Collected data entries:
★ ★ ★ ★ ★

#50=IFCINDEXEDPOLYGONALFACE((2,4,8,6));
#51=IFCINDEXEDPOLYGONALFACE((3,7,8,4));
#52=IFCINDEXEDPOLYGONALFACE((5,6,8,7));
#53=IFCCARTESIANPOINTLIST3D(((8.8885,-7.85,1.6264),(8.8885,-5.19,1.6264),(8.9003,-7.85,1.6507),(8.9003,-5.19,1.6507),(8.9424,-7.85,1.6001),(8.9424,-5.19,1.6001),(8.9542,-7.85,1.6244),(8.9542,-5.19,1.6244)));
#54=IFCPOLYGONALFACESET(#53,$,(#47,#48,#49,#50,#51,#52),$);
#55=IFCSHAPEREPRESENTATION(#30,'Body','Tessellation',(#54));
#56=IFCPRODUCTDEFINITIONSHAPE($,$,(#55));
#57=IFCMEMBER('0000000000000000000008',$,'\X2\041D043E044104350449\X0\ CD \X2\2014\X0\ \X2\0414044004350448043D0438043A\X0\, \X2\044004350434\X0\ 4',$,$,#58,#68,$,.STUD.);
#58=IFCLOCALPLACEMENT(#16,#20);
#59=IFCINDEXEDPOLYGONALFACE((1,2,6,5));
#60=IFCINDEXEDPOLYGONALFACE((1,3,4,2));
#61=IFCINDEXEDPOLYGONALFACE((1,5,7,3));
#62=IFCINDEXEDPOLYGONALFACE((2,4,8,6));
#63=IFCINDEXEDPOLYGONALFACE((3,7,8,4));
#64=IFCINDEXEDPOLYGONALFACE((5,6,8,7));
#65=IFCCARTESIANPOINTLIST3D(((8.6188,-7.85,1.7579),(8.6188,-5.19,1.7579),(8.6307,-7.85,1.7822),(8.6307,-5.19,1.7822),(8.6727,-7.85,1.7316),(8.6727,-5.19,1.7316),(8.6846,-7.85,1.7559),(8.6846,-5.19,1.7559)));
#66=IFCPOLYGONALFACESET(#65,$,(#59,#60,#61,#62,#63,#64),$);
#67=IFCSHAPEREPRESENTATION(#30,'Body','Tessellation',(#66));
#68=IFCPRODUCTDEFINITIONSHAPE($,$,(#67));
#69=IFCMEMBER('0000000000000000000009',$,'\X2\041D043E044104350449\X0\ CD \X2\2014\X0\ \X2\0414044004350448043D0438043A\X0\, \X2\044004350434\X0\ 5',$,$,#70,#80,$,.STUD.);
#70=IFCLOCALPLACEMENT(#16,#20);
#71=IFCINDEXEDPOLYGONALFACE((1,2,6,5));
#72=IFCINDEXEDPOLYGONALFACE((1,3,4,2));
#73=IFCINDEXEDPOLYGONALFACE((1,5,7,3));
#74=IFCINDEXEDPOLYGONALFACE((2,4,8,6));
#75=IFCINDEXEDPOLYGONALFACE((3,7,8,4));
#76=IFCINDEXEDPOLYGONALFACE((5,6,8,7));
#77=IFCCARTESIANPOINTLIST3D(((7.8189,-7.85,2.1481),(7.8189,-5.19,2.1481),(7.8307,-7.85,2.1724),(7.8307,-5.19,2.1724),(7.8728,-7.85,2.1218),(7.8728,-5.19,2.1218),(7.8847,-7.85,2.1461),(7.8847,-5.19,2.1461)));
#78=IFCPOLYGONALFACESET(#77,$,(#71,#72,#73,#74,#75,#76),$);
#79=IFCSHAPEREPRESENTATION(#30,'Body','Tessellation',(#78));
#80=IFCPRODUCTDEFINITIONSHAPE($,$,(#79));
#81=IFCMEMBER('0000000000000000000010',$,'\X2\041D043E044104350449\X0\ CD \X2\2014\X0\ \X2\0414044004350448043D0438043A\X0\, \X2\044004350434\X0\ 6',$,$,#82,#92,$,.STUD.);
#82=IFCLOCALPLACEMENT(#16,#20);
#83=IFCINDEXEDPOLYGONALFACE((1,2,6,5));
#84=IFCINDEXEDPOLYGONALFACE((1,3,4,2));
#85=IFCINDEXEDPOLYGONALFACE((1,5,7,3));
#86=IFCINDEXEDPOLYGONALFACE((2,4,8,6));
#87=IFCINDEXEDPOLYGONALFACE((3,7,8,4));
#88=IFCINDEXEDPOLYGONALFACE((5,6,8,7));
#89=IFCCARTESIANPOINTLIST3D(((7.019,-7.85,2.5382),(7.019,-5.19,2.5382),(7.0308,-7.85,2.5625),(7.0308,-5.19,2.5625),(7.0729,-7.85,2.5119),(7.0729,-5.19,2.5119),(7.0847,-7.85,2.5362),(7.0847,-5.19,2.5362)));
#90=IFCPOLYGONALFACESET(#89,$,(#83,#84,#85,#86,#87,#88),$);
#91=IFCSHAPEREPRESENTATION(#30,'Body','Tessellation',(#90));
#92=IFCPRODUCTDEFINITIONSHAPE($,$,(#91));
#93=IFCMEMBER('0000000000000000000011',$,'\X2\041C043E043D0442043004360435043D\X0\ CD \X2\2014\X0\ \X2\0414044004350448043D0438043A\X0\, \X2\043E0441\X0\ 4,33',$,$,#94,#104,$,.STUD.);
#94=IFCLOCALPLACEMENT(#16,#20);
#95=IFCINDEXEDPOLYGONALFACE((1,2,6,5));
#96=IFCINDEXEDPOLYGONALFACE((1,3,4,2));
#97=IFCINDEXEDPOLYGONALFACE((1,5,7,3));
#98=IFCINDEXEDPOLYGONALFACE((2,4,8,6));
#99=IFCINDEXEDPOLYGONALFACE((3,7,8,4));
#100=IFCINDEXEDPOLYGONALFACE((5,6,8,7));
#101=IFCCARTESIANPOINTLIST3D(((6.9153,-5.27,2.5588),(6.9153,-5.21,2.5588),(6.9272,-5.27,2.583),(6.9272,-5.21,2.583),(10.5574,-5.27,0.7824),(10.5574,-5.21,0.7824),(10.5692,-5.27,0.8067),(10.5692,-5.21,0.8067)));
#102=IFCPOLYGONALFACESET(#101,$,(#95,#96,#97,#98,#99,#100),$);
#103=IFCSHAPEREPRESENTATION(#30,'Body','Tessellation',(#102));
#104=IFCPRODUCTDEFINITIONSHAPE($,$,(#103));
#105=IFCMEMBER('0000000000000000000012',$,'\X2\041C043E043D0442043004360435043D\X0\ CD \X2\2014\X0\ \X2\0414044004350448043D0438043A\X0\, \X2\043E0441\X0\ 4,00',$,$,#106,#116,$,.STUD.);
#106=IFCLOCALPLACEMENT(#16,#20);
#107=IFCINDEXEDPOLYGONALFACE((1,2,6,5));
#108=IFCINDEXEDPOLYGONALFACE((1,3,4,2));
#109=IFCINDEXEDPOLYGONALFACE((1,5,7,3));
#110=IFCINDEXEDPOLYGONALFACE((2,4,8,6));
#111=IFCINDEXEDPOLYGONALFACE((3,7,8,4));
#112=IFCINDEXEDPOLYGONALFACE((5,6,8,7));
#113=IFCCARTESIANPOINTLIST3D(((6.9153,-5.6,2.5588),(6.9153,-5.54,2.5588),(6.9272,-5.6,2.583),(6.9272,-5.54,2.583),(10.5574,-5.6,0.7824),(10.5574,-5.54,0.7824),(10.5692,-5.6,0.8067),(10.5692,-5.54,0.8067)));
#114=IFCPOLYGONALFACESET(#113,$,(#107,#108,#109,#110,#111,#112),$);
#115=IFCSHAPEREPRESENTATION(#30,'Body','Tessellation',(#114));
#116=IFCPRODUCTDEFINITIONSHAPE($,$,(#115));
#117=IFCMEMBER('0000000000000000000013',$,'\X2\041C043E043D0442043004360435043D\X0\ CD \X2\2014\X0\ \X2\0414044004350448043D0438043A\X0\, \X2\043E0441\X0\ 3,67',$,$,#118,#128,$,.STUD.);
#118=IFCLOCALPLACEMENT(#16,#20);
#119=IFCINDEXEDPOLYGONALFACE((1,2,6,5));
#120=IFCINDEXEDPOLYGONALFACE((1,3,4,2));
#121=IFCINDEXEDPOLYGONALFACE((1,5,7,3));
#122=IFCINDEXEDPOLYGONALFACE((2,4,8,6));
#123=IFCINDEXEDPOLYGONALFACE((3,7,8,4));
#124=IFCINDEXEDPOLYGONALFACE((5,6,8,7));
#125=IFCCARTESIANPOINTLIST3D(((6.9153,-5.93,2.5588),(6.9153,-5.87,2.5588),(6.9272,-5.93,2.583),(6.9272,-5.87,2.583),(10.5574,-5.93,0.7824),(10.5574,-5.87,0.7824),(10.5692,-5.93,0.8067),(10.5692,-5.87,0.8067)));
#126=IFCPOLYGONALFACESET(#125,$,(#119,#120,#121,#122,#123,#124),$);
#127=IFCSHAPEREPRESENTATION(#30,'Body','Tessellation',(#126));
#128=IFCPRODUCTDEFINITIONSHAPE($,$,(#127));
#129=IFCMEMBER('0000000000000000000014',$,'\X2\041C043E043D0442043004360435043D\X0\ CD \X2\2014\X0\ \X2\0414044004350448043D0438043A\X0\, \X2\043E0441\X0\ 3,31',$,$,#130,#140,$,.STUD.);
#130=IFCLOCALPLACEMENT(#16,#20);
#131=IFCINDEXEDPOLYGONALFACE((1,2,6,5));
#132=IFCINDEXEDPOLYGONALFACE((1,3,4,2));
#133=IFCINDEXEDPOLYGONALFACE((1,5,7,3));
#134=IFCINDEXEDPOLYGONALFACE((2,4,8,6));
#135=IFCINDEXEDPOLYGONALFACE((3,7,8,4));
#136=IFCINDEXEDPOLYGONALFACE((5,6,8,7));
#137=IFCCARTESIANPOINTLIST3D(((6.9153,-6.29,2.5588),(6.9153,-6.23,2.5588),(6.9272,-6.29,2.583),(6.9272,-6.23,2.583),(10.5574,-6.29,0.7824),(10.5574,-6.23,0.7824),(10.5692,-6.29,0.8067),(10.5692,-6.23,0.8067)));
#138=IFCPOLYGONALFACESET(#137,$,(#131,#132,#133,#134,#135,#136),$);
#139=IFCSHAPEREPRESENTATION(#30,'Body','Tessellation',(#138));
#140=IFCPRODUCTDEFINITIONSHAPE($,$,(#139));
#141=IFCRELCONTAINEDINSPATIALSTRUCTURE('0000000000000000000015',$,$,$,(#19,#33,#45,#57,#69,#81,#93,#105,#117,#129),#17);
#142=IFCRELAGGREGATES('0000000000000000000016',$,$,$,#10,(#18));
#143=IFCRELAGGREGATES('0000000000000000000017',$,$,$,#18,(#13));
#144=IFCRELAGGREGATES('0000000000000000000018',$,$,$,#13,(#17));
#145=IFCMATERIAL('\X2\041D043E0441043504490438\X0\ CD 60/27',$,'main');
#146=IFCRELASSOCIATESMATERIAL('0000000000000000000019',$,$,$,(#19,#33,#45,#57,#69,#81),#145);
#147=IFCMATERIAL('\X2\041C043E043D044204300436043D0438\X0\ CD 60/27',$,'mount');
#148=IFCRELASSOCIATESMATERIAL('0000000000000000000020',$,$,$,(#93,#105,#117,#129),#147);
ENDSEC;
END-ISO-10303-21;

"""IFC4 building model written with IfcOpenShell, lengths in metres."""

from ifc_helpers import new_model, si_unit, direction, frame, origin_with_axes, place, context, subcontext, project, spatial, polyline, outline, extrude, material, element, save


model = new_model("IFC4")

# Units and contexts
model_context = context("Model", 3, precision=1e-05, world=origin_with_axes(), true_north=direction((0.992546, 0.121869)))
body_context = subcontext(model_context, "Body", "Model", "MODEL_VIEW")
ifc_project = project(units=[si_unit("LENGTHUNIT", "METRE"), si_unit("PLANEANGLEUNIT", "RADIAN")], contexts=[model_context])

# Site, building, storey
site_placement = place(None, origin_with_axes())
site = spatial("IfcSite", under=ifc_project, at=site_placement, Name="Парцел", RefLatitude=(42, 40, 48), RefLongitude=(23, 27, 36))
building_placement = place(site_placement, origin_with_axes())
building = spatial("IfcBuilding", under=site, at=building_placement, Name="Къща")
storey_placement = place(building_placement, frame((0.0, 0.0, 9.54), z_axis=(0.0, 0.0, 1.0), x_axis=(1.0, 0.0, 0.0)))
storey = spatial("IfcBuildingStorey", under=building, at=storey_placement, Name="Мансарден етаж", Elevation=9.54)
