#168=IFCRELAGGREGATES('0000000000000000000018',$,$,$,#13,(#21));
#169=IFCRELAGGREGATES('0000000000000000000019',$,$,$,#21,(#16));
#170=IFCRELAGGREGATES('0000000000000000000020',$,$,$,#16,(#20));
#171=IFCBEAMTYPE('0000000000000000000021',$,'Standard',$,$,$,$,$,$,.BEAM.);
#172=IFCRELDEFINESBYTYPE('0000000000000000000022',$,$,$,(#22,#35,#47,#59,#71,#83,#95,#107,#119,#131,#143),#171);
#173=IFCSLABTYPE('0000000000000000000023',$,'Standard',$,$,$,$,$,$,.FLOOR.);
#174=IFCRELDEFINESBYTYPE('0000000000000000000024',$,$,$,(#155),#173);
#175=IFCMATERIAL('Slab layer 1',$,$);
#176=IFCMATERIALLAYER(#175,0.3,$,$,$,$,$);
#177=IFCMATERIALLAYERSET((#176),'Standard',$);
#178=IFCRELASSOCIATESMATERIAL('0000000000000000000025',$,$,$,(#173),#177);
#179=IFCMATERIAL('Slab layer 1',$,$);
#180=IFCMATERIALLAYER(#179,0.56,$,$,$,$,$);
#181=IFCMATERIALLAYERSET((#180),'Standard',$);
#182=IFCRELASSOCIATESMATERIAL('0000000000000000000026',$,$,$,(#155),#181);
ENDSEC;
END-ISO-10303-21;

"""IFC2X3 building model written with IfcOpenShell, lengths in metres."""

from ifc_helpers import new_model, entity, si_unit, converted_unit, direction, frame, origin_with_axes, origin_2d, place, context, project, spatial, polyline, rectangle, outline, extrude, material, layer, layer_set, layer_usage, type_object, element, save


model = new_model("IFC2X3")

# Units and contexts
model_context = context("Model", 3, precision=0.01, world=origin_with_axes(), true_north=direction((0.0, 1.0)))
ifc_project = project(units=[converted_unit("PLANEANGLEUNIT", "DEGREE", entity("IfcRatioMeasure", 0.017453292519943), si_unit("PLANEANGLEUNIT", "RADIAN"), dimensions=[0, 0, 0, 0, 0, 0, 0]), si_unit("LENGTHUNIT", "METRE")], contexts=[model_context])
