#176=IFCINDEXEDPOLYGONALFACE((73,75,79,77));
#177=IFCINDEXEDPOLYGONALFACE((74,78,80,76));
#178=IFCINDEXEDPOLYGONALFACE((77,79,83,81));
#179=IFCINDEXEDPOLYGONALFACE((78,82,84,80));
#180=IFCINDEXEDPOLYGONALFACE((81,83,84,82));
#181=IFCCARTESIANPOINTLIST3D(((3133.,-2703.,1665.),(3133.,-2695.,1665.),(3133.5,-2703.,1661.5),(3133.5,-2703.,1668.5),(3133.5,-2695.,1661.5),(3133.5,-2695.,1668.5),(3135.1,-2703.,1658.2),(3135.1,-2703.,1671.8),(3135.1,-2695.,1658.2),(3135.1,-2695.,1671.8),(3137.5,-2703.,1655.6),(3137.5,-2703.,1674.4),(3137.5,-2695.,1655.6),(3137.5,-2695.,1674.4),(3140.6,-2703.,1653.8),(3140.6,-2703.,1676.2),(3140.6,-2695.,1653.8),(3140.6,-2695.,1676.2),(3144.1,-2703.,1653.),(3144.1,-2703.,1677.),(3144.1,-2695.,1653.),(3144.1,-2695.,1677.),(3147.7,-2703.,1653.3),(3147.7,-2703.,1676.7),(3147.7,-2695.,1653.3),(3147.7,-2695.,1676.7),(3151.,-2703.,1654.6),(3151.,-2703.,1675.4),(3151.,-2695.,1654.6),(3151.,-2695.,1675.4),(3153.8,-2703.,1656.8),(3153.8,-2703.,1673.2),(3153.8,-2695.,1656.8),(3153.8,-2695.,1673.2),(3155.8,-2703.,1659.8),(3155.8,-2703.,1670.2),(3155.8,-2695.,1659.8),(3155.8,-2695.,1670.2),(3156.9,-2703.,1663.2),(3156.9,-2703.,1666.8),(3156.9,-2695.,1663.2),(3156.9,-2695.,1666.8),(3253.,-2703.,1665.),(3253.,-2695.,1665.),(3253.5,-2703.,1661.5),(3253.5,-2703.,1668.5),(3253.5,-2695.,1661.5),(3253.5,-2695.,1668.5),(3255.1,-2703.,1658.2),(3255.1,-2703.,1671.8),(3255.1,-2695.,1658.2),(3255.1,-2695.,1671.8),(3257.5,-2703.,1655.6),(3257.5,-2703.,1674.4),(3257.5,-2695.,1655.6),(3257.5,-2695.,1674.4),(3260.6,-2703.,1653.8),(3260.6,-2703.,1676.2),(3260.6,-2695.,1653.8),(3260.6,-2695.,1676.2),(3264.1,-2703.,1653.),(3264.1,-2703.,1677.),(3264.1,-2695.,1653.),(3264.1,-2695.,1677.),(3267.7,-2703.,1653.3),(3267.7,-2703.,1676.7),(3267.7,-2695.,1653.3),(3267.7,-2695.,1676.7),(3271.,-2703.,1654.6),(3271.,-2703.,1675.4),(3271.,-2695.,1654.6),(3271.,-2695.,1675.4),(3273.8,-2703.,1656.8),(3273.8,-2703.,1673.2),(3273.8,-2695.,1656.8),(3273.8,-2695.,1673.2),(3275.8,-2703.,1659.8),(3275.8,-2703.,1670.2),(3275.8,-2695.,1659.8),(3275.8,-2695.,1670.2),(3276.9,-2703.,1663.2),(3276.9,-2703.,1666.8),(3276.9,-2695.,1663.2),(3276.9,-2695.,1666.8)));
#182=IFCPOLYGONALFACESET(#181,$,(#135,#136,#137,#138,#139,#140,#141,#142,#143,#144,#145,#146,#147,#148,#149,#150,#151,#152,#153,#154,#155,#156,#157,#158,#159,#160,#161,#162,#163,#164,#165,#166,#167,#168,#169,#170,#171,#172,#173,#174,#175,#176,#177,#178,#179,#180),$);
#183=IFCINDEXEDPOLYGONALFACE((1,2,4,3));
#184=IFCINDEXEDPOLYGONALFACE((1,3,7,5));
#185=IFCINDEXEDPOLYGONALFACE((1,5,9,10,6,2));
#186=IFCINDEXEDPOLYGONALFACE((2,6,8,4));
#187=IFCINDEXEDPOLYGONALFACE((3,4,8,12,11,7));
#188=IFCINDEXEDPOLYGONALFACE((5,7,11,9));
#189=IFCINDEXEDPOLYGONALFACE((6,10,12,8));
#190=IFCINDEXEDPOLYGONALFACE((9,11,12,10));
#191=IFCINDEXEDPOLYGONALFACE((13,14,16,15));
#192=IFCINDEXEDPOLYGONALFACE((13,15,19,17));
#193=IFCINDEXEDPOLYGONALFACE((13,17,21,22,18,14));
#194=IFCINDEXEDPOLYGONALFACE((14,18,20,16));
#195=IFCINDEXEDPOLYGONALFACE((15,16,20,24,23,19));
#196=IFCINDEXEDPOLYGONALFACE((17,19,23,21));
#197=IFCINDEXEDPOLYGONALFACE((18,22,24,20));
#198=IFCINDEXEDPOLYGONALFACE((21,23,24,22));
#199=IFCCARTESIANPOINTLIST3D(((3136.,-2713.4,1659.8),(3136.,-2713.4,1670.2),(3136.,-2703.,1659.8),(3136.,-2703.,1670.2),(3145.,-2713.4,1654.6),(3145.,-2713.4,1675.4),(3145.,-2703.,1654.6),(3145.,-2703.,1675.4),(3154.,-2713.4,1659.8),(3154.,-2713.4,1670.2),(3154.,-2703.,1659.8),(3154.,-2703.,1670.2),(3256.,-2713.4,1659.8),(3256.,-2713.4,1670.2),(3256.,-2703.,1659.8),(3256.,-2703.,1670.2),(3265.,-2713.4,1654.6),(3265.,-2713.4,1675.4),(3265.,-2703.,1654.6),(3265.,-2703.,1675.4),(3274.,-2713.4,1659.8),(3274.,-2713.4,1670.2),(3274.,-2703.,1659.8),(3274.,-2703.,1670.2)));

★ ★ ★ ★ ★

(About this task): Using the records above, set down exactly the lines from the one with "#184=IFCINDEXEDPOLYGONALFACE((1,3,7,5));" through the one with "#190=IFCINDEXEDPOLYGONALFACE((9,11,12,10));", inclusive, and nothing more.

(Response):
#184=IFCINDEXEDPOLYGONALFACE((1,3,7,5));
#185=IFCINDEXEDPOLYGONALFACE((1,5,9,10,6,2));
#186=IFCINDEXEDPOLYGONALFACE((2,6,8,4));
#187=IFCINDEXEDPOLYGONALFACE((3,4,8,12,11,7));
#188=IFCINDEXEDPOLYGONALFACE((5,7,11,9));
#189=IFCINDEXEDPOLYGONALFACE((6,10,12,8));
#190=IFCINDEXEDPOLYGONALFACE((9,11,12,10));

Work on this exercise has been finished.